【時視各角】尹政権の経済政策、道を失う

AI要約

韓国経済が半導体の好況に支えられながらも、庶民の生活が困難な状況であることが示されている。

尹錫悦政権が民生回復に取り組んでいるが、成果が上がらない要因として財政健全性や政策の矛盾が指摘されている。

財政健全性のみを重視する姿勢や部処間の連携不足、政策の矛盾が韓国経済に深刻な影響を与えている。

半導体の好況で輸出は好調だが、庶民の生活が崖っぷちに追い込まれていることを知らせる指標が次々と出ている。失業給与の新規申請が1年前に比べて7.6%増え(7月、11万2000人)、小売販売額が15年ぶりに最大幅で後退した(4-6月期、-2.9%)。国民年金の受給額が減るのを覚悟して操り上げて受ける早期受給者(新規)は昨年11万人を超え、2022年に比べて約90%増えた。多くの庶民が保険を解約し、カードローンや迅速融資で乗り越えている。深刻な二極化が韓国経済に広がっている。

尹錫悦(ユン・ソクヨル)政権も民生回復に向けて熱心に取り組んでいる。にもかかわらず成果が上がらないのなら、政策の方向性と執行過程に問題がないか考慮しなければいけない。

1つ目、財政健全性にとらわれている。2024年の予算編成が出発点だった。2005年以降の最低増加率(2.8%)だった。今年も財政健全化が経済政策全般を押さえつけている。文在寅(ムン・ジェイン)政権で国家債務が400兆ウォン(約43兆円)も増えたため、放漫な財政運用の正常化は当然の課題だ。ところが物価のために金利を引き下げにくい状況で財政緊縮までが行き過ぎれば、民生の景気は冷え込むしかない。「この政府は財政健全化を前に出しながら各自の力で生活していくべきだとした」という金鍾仁(キム・ジョンイン)元国民の力非常対策委員長の指摘(中央日報8月2日付インタビュー)はよく考えてみるべき点だ。

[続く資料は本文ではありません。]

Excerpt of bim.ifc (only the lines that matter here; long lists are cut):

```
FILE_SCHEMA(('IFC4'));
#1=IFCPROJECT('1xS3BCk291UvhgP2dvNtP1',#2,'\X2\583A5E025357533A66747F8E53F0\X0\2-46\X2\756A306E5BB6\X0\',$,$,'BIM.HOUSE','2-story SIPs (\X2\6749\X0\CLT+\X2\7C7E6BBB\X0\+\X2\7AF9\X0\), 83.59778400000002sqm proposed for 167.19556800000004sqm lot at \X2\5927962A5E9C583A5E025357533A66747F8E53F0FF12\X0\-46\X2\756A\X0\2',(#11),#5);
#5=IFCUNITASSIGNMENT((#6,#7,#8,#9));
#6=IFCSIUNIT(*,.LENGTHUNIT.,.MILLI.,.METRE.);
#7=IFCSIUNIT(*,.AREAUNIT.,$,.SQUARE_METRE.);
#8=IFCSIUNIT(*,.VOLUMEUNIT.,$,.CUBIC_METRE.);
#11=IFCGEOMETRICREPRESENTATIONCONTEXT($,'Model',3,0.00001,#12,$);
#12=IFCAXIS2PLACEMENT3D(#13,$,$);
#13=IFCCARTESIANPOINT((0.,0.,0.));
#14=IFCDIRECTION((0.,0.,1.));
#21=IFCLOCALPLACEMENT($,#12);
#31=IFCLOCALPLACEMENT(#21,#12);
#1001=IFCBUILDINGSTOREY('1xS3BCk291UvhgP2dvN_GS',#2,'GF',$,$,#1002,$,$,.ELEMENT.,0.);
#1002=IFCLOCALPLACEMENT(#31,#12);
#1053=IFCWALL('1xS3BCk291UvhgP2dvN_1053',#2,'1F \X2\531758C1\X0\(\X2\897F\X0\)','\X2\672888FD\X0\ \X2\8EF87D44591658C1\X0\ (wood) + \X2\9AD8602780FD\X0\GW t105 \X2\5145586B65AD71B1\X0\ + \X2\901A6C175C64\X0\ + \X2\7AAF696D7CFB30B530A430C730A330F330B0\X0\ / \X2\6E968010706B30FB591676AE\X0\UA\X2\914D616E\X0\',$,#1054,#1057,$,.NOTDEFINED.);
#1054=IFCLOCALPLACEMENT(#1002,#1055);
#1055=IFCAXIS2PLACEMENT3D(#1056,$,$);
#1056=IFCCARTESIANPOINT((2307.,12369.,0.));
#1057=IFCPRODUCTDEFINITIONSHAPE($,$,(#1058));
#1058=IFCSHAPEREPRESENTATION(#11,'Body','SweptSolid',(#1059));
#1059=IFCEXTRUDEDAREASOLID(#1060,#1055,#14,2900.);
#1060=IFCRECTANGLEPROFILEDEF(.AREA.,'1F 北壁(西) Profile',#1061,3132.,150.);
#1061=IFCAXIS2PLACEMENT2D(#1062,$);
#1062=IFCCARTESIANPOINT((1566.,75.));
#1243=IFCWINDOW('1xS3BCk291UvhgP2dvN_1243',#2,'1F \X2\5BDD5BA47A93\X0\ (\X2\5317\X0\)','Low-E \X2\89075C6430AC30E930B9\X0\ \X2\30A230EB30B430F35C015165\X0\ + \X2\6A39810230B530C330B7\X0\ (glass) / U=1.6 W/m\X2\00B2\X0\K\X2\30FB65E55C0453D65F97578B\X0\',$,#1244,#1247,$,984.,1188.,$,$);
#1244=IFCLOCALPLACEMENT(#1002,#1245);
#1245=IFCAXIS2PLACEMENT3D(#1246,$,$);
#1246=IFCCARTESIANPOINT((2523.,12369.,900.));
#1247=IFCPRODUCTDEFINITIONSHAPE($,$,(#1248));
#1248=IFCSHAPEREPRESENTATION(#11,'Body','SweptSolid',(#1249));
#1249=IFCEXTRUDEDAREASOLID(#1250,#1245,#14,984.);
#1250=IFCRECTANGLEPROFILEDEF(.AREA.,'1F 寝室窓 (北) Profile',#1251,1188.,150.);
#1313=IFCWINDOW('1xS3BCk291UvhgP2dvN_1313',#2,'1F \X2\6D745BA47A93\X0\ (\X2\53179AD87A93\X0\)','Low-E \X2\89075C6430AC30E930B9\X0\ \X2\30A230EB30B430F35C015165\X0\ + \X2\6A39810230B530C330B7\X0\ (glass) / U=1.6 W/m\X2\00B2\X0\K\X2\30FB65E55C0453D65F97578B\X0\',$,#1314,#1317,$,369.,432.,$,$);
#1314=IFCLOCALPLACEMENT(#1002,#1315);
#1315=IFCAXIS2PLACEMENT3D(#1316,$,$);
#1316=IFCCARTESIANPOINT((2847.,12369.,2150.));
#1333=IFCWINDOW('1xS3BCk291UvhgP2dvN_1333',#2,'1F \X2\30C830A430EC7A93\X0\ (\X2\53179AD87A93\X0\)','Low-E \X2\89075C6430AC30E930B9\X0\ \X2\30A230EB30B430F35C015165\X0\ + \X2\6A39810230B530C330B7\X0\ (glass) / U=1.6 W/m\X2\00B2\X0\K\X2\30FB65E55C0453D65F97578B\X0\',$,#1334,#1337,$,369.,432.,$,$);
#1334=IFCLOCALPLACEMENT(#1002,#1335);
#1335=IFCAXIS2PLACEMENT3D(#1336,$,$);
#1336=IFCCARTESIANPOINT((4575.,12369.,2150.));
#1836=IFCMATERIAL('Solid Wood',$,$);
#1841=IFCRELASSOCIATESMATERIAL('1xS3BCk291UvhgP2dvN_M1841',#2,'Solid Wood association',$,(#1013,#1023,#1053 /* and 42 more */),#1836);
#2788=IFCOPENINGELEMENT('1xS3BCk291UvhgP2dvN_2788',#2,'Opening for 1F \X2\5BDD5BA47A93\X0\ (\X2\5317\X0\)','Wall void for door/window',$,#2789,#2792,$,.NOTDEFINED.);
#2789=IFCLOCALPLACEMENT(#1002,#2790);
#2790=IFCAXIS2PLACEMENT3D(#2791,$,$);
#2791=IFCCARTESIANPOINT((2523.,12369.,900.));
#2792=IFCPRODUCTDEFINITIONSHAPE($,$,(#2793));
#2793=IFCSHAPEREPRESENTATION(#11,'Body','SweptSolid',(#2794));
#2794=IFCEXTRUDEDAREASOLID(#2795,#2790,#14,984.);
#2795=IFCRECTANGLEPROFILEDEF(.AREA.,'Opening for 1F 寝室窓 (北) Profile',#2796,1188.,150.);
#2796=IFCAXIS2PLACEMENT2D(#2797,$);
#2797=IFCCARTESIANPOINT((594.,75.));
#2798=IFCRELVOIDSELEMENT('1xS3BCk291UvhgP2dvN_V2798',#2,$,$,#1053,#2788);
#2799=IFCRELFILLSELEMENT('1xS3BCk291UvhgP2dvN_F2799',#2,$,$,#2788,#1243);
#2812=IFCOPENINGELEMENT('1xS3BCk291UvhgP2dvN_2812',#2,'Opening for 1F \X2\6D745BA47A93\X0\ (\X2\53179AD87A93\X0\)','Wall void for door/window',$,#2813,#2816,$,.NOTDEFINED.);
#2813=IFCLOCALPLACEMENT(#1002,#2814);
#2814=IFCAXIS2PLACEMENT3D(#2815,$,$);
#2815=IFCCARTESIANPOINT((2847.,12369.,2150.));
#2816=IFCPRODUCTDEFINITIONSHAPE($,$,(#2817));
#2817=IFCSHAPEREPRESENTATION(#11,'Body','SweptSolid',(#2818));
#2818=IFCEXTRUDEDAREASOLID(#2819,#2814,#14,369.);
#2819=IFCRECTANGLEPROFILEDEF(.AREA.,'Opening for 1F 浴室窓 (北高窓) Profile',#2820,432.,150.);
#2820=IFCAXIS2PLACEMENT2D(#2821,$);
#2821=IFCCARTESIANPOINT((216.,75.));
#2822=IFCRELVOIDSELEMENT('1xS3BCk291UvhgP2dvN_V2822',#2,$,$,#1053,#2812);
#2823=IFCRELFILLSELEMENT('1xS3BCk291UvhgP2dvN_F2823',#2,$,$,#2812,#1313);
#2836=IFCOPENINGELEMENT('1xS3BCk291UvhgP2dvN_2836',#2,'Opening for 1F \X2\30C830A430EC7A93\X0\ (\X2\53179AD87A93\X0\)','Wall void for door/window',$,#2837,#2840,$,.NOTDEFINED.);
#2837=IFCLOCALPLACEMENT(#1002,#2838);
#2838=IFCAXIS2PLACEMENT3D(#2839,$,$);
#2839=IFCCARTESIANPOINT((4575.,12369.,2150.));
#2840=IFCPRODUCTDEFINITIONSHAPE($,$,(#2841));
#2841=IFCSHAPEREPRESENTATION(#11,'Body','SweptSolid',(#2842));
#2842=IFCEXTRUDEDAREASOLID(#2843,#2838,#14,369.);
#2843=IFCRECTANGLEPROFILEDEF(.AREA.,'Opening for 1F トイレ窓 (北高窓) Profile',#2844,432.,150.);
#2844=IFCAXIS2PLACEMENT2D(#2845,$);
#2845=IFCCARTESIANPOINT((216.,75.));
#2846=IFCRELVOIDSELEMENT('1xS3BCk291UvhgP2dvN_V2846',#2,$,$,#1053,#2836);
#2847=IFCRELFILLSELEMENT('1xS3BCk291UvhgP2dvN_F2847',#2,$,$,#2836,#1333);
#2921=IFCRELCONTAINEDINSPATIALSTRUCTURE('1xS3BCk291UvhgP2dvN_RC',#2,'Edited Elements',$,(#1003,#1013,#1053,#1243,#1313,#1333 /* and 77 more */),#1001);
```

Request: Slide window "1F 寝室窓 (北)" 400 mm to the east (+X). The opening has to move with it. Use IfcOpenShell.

```python
import ifcopenshell
import ifcopenshell.api.geometry
import ifcopenshell.util.placement
import ifcopenshell.util.unit

model = ifcopenshell.open("bim.ifc")
unit_scale = ifcopenshell.util.unit.calculate_unit_scale(model)

window = model.by_id(1243)
opening = window.FillsVoids[0].RelatingOpeningElement
wall = opening.VoidsElements[0].RelatingBuildingElement

wall_matrix = ifcopenshell.util.placement.get_local_placement(wall.ObjectPlacement)
shift = wall_matrix[:3, 0] * 0.4 / unit_scale
before = ifcopenshell.util.placement.get_local_placement(window.ObjectPlacement)[:3, 3].copy()

# The window is not placed relative to its opening, so move both.
for product in (opening, window):
    matrix = ifcopenshell.util.placement.get_local_placement(product.ObjectPlacement)
    matrix[:3, 3] += shift
    ifcopenshell.api.geometry.edit_object_placement(model, product=product, matrix=matrix, is_si=False)

after = ifcopenshell.util.placement.get_local_placement(window.ObjectPlacement)[:3, 3]
print("window moved by", (after - before).round(3) + 0.0)

model.write("bim_edited.ifc")
```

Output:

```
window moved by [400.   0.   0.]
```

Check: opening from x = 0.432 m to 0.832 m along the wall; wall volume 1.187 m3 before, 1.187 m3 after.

2つ目、部処間の調和がない。代表的なのが金融と不動産だ。政策金利はコロナ流行時より3%高い。不況であるにもかかわらず金利は高く、元利金償還猶予も終わったため自営業者はかなり厳しい。大統領室が利下げを勧めるのも無理はない。しかし利下げは家計の負債増加、不動産の不安定などの副作用を招く。利下げが政府の方向なら、不動産供給にあらかじめ焦点を合わせて住宅貸出制限を厳格にするべきだった。しかし供給対策は十分でなかったし、政策貸出は大きく増えた。監督当局は貸出規制の強化(2段階ストレスDSR導入)を遅らせた。大統領室、企画財政部、国土部、金融監督院が別々に動く状況だった。結局、不動産価格が上昇し、家計の負債が急増し、利下げ条件ばかりが悪化した。

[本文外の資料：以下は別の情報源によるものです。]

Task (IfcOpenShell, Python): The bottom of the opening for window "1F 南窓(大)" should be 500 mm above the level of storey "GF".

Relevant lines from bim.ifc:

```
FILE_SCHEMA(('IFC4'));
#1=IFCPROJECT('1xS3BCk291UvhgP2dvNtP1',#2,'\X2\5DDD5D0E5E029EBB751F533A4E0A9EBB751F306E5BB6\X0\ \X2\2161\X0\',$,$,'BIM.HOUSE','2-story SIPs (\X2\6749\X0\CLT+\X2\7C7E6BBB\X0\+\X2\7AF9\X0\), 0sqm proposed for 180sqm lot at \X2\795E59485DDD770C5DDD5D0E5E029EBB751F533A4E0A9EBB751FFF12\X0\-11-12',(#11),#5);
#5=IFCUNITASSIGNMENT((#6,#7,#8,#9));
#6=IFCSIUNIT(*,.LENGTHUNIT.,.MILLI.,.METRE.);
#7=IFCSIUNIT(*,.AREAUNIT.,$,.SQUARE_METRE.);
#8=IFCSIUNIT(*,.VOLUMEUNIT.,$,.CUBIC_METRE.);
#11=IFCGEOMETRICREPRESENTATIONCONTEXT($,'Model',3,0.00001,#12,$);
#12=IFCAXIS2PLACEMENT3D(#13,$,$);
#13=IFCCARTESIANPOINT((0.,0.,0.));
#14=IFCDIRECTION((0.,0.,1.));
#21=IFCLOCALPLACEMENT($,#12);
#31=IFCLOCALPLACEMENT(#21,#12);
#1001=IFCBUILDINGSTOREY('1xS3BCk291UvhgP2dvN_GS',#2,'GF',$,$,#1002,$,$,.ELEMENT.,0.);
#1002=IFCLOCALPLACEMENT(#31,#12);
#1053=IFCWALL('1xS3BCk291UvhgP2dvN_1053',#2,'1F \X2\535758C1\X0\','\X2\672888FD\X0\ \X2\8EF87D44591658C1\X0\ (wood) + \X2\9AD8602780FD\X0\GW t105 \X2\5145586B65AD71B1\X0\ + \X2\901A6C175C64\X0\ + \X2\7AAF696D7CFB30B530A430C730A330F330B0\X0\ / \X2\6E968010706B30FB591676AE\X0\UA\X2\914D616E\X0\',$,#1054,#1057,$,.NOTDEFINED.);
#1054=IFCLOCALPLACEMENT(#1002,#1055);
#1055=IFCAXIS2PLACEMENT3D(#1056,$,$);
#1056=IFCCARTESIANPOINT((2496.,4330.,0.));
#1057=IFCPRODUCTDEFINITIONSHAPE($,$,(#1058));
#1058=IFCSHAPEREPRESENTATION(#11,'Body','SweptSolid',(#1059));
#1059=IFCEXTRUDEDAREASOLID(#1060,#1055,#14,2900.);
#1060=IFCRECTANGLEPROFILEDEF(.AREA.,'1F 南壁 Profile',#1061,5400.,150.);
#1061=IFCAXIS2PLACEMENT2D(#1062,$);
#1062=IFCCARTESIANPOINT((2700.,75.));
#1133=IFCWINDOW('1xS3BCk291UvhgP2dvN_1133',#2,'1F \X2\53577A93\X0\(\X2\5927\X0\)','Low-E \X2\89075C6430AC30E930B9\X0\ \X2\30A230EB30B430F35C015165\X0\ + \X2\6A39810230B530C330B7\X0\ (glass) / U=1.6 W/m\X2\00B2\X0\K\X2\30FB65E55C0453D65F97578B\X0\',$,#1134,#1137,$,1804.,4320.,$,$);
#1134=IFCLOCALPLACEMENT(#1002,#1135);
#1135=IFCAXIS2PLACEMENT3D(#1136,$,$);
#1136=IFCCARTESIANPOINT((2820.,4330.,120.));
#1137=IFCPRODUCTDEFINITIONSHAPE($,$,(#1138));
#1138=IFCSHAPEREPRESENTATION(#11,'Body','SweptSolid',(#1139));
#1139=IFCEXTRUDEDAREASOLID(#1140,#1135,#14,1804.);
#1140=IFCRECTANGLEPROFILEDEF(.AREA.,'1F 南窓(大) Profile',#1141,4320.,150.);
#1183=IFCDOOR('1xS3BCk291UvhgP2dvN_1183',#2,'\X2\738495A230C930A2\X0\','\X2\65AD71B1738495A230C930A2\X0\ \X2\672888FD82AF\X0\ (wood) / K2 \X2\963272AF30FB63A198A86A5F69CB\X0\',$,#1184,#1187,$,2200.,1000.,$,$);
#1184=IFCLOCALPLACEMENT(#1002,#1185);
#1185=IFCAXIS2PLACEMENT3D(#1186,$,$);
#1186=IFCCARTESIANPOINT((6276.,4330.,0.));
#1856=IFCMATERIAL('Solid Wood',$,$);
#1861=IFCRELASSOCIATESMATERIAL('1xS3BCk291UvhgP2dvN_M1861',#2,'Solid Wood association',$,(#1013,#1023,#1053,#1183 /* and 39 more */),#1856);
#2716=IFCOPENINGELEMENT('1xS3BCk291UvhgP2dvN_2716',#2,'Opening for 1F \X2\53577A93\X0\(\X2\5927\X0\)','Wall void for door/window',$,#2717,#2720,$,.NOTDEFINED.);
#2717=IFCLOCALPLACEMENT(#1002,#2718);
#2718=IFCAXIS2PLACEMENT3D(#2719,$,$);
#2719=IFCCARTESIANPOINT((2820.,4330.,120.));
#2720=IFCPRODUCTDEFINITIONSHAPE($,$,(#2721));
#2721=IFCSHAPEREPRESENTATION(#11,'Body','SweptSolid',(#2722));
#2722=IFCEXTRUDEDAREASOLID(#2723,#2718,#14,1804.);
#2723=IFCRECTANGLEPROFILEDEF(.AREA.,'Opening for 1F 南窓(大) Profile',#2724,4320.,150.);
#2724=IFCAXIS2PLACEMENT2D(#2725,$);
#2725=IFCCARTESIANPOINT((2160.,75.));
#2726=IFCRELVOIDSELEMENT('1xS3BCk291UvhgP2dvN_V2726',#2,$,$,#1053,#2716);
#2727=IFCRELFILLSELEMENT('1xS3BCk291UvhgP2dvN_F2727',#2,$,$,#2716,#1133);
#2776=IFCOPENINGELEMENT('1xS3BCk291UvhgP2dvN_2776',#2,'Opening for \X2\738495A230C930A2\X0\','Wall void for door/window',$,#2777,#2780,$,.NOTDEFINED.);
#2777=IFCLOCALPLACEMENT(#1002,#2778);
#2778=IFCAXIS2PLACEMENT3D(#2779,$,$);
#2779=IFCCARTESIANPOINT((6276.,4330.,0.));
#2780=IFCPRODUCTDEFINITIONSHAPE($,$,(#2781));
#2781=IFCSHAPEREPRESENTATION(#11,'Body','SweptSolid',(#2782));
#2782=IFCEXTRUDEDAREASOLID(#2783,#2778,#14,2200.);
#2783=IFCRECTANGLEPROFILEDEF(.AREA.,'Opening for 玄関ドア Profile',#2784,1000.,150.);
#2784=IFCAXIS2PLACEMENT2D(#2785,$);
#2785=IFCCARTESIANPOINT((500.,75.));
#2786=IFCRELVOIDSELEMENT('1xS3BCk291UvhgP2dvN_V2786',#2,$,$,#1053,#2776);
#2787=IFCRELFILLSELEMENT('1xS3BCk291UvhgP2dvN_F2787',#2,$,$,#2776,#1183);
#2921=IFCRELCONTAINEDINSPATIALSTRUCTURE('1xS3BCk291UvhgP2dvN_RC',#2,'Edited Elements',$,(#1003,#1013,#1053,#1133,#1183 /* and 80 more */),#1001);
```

```python
import numpy as np
import ifcopenshell
import ifcopenshell.api.geometry
import ifcopenshell.geom
import ifcopenshell.util.element
import ifcopenshell.util.placement
import ifcopenshell.util.shape
import ifcopenshell.util.unit

model = ifcopenshell.open("bim.ifc")
unit_scale = ifcopenshell.util.unit.calculate_unit_scale(model)

window = model.by_id(1133)
opening = window.FillsVoids[0].RelatingOpeningElement
storey = ifcopenshell.util.element.get_container(window, ifc_class="IfcBuildingStorey")
level = ifcopenshell.util.placement.get_local_placement(storey.ObjectPlacement)[2, 3]

# The opening's origin need not be at the sill, so measure its lowest point.
shape = ifcopenshell.geom.create_shape(ifcopenshell.geom.settings(), opening)
bottom = ifcopenshell.util.shape.get_shape_bottom_elevation(shape, shape.geometry) / unit_scale
dz = level + 500.0 - bottom

shift = np.array([0.0, 0.0, dz])
# The window is not placed relative to its opening, so move both.
for product in (opening, window):
    matrix = ifcopenshell.util.placement.get_local_placement(product.ObjectPlacement)
    matrix[:3, 3] += shift
    ifcopenshell.api.geometry.edit_object_placement(model, product=product, matrix=matrix, is_si=False)

print(f"moved by {dz * unit_scale:+.3f} m")

model.write("bim-out.ifc")
```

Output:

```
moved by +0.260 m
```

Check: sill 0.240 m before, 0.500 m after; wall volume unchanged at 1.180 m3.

3つ目、政策間の矛盾が激しい。与党は金融投資所得税の廃止、相続税率の引き下げに熱を上げている。ところが税収が良くない。上半期の管理財政収支の赤字は100兆ウォンを超えた。国税収入は深刻だった昨年より10兆ウォン減少した。税金廃止は財政健全化と合わない。少なくとも税収不足を埋める代案、または減税が歳入増大に帰結するという確信を与えなければいけない。株式市場の活性化が優先目標なら話は変わる。しかしその場合なら、外国人投資家が問題にする空売り全面禁止をしてはならなかったし、企業価値を高めるバリューアッププログラムをさらに強化しなければならなかった。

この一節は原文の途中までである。